In the first place, a great part of thought, in the 'transcendental' sense, (that which corresponds to the world of objective 'appearances') I can attribute to me (to the point of considering this world as 'posited' by me) only if I consider this 'positing' itself to be an unconscious function. E. von Hartmann had already brought this point to the fore in a piece of serious realist criticism, which the idealists naturally ignored as completely as if it did not exist. The characteristics of non-intentionality, non-predictability, and contingency must then be added to that of unconsciousness, since no idealist will ever be able to say beforehand, for instance, what 'his' thought will 'posit' in specific relation to the man he will meet at the street corner or to the words his interlocutor will speak. A further characteristic is passivity.
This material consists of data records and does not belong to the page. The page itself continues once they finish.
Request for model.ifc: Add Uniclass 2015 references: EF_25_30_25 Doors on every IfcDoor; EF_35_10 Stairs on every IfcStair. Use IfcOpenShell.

First a look at what the model holds.

```python
import ifcopenshell

model = ifcopenshell.open("model.ifc")
print(model.schema)
print("classifications:", [c.Name for c in model.by_type("IfcClassification")])
for ifc_class in ("IfcDoor", "IfcRoof", "IfcStair", "IfcWall", "IfcWindow"):
    print(ifc_class, len(model.by_type(ifc_class)))
```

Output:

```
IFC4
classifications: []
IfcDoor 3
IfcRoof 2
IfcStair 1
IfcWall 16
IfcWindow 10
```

```python
import ifcopenshell
import ifcopenshell.api.classification

model = ifcopenshell.open("model.ifc")

system = ifcopenshell.api.classification.add_classification(model, classification="Uniclass 2015")

codes = {
    "IfcDoor": ("EF_25_30_25", "Doors"),
    "IfcStair": ("EF_35_10", "Stairs"),
}
for ifc_class, (code, name) in codes.items():
    products = model.by_type(ifc_class)
    ifcopenshell.api.classification.add_reference(
        model, products=products, classification=system, identification=code, name=name
    )
    print(code, len(products))

model.write("model_rev.ifc")
```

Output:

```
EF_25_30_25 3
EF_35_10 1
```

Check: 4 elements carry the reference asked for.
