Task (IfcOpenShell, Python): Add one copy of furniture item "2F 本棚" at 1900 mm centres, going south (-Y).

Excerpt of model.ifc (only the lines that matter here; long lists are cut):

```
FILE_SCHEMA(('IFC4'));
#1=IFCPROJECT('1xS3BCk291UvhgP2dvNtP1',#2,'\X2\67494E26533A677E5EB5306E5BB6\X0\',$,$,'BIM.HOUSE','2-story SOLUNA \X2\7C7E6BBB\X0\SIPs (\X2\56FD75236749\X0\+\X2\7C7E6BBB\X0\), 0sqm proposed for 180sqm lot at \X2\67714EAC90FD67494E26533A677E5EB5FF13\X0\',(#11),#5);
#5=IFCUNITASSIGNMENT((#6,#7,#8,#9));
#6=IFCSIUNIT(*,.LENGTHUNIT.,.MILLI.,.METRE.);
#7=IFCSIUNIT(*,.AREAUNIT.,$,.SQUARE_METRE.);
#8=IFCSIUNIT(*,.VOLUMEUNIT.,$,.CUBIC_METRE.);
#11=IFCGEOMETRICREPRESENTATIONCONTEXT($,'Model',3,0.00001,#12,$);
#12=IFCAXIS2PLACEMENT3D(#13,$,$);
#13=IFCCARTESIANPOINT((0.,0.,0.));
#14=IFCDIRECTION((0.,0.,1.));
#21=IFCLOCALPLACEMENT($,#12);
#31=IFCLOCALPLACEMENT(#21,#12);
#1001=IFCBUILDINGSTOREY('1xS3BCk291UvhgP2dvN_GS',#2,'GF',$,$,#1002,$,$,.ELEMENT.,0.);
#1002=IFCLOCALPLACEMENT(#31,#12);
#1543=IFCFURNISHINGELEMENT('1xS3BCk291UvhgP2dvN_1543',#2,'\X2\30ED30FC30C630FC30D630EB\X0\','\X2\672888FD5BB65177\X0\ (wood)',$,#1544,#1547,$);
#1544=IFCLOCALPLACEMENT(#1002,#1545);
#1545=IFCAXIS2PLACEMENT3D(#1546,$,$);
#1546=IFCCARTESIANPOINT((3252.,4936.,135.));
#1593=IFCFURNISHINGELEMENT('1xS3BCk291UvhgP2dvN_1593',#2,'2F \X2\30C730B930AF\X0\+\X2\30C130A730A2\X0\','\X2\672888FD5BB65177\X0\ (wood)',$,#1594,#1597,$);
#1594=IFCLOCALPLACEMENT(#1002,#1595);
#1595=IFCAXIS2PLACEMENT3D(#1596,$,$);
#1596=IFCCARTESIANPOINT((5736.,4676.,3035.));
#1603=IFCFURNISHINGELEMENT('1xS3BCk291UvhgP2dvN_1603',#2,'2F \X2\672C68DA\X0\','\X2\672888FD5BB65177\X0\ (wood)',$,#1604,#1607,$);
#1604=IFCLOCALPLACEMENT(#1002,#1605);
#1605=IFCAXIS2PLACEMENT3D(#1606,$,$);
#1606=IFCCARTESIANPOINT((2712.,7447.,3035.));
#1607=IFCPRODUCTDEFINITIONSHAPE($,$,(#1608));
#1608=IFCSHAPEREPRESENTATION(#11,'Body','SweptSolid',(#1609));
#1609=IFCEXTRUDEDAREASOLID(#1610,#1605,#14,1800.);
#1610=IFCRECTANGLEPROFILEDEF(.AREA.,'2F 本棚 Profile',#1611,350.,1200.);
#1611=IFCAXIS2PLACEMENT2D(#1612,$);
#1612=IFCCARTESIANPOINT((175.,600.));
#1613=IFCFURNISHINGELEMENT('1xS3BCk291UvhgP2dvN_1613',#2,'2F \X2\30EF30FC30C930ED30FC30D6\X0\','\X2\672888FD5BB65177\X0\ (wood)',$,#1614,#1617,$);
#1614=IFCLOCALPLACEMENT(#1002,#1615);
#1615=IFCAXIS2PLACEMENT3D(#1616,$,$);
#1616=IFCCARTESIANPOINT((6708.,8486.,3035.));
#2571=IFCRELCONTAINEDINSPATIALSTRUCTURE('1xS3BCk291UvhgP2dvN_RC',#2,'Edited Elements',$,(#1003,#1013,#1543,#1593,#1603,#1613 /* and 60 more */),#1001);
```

```python
import numpy as np
import ifcopenshell
import ifcopenshell.api.geometry
import ifcopenshell.api.root
import ifcopenshell.util.element
import ifcopenshell.util.placement

model = ifcopenshell.open("model.ifc")


def reuse_history(source, copy):
    """copy_class also copies each property set's owner history, people and application; keep the originals."""
    for rel in copy.IsDefinedBy:
        if rel.is_a("IfcRelDefinesByProperties") and (history := rel.RelatingPropertyDefinition.OwnerHistory):
            rel.RelatingPropertyDefinition.OwnerHistory = source.OwnerHistory
            ifcopenshell.util.element.remove_deep2(model, history)


source = model.by_guid("1xS3BCk291UvhgP2dvN_1603")
base = ifcopenshell.util.placement.get_local_placement(source.ObjectPlacement)
step = np.array([0.0, -1.0, 0.0]) * 1900.0

for i in range(1, 2):
    copy = ifcopenshell.api.root.copy_class(model, product=source)
    copy.Representation = ifcopenshell.util.element.copy_deep(
        model, source.Representation, exclude=["IfcGeometricRepresentationContext", "IfcRepresentationMap"]
    )
    reuse_history(source, copy)
    matrix = base.copy()
    matrix[:3, 3] += i * step
    print("added at", matrix[:3, 3].round(3) + 0.0)
    ifcopenshell.api.geometry.edit_object_placement(model, product=copy, matrix=matrix, is_si=False)

model.write("model_edited.ifc")
```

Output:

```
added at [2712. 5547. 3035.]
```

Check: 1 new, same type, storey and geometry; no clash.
Here I inserted my criticism of the famous Hegelian formula of the identity of the real and of the rational, "Everything real is rational and everything rational is real", the analogous post-Kantian formula of the identity of the real and the intended, of the fact and of the act, and the consequent theory of the so-called 'concrete will'. Looking at these formulas, indeed, one had to wonder whether what was said to be real was said to be so because it was rational, or whether what was said to be rational was said to be so because it was real ; and, similarly, whether what happened was said to be real because it was intended (and thus real only insofar as it can really be said to have been intended, since otherwise it retains the unreality appropriate to a privation of the will) or whether it was said to have been intended (as 'fact of the act', as 'posited', etc.), only because it was already real, that is to say, because of the simple and irrational fact of its being or occurring.
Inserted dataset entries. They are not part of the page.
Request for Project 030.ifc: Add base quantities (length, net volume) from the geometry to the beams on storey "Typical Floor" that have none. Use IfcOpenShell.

First a look at what the model holds.

```python
import ifcopenshell
import ifcopenshell.util.element
import ifcopenshell.util.unit

model = ifcopenshell.open("Project 030.ifc")
print(model.schema)
for unit_type in ("LENGTHUNIT", "AREAUNIT", "VOLUMEUNIT"):
    print(unit_type, ifcopenshell.util.unit.calculate_unit_scale(model, unit_type))
storey = next(s for s in model.by_type("IfcBuildingStorey") if s.Name == "Typical Floor")
beams = [e for e in ifcopenshell.util.element.get_decomposition(storey) if e.is_a("IfcBeam")]
for e in sorted(beams, key=lambda e: e.id()):
    print(e.id(), e.is_a(), e.Name, list(ifcopenshell.util.element.get_psets(e, qtos_only=True)), sep=" | ")
```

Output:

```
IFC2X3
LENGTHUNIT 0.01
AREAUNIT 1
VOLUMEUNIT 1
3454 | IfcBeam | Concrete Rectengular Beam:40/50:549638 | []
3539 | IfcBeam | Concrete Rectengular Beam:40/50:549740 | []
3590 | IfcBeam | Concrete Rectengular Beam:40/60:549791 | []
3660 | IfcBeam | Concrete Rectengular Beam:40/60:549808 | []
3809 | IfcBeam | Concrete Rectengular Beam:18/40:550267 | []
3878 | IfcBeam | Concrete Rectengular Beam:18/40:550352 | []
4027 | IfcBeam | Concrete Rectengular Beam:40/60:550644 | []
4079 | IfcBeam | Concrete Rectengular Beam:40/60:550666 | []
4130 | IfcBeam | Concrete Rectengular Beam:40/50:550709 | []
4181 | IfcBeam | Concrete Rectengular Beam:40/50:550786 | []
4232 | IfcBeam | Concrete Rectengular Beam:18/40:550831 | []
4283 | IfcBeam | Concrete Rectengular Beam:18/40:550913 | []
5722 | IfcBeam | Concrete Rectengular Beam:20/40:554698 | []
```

```python
import ifcopenshell
import ifcopenshell.api.pset
import ifcopenshell.geom
import ifcopenshell.util.element
import ifcopenshell.util.shape
import ifcopenshell.util.unit

model = ifcopenshell.open("Project 030.ifc")
unit_scale = ifcopenshell.util.unit.calculate_unit_scale(model)
volume_scale = ifcopenshell.util.unit.calculate_unit_scale(model, "VOLUMEUNIT")
settings = ifcopenshell.geom.settings()

storey = next(s for s in model.by_type("IfcBuildingStorey") if s.Name == "Typical Floor")
beams = [e for e in ifcopenshell.util.element.get_decomposition(storey) if e.is_a("IfcBeam")]

for e in sorted(beams, key=lambda e: e.id()):
    if ifcopenshell.util.element.get_psets(e, qtos_only=True, should_inherit=False):
        continue
    # Geometry comes back in metres, in the element's own axes.
    shape = ifcopenshell.geom.create_shape(settings, e)
    values = {
        "Length": ifcopenshell.util.shape.get_max_xyz(shape.geometry) / unit_scale,
        "NetVolume": ifcopenshell.util.shape.get_volume(shape.geometry) / volume_scale,
    }
    qto = ifcopenshell.api.pset.add_qto(model, product=e, name="BaseQuantities")
    ifcopenshell.api.pset.edit_qto(model, qto=qto, properties=values)
    print(e.id(), {k: round(v, 3) for k, v in values.items()})

model.write("Project 030_updated.ifc")
```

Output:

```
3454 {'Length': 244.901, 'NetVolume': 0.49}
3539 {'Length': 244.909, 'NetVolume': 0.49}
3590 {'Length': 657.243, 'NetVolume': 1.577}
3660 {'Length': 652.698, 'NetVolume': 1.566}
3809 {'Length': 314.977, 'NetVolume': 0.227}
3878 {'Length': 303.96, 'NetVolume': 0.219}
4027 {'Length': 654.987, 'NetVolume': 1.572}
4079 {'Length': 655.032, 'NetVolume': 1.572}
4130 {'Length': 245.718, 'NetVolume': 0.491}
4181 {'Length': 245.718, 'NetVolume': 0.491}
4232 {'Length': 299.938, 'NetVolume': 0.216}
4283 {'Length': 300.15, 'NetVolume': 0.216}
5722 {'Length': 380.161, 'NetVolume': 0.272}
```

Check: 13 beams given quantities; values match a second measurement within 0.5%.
It was clear that, for the vast majority of the 'positing' or 'creating' activity of the transcendental 'I', only the second alternative was possible ; among absolute idealists, it is reality which determines what they assume to be rational and intended, which amounts practically to their acknowledging the fundamental passivity of the true 'I', which allows things, history, contingencies, etcetera, to determine what one 'freely' intended all along. To reduce the aforementioned formulas to the absurd, I added a drastic argument : an idealist put to torture would have to consider his situation 'rational' and 'intended by him' (by the true 'I'), simply because of its 'reality', or alternatively he would have to consider his own horror and suffering to be a mere hobby or irrational velleity on the part of the empirical subject, the 'puppet of imagination' of the true 'I'. This situation repeats itself throughout the vast majority of human theoretical and practical experience. In a chapter of a book published much later, 'Men among the Ruins', I was to expose the immorality of this doctrine in its historical and political applications in some detail.

Generalising, I laid down a fundamental and basic distinction between the really free act and the 'passive' act, which I also referred to as mere 'spontaneity'. In the free act, there is a gap between the possible and the real, and an excess of the former with respect to the latter, in the sense that a power precedes and dominates the act, as the ultimate reason for its taking place or not, for its being this and not another act. In the passive or spontaneous act, this gap is lacking : there is a direct and imperative movement towards action (or perception, representation, etc.), as in an automatism, and the possible is exhausted without residue in the real, in what happens, what one feels, sees, etc. That is why, with respect to such a 'spontaneity', as in the case of emotions and passions, it is possible to speak of something which is indeed 'mine', but which is not 'me', since I cannot say that I cause it directly, and I am not in a relationship of unconditional causality or possession with respect to its determinations. I thus arrive at this conclusion : it is one thing not to be determined by the other (by what is exterior), but it is another thing to be really, positively, free. In 'Teoria dell'Individuo Assoluto', I devoted a long chapter to criticism of all the various false concepts of liberty - criticism which, I believe, has not been conducted by anyone else in so radical a manner.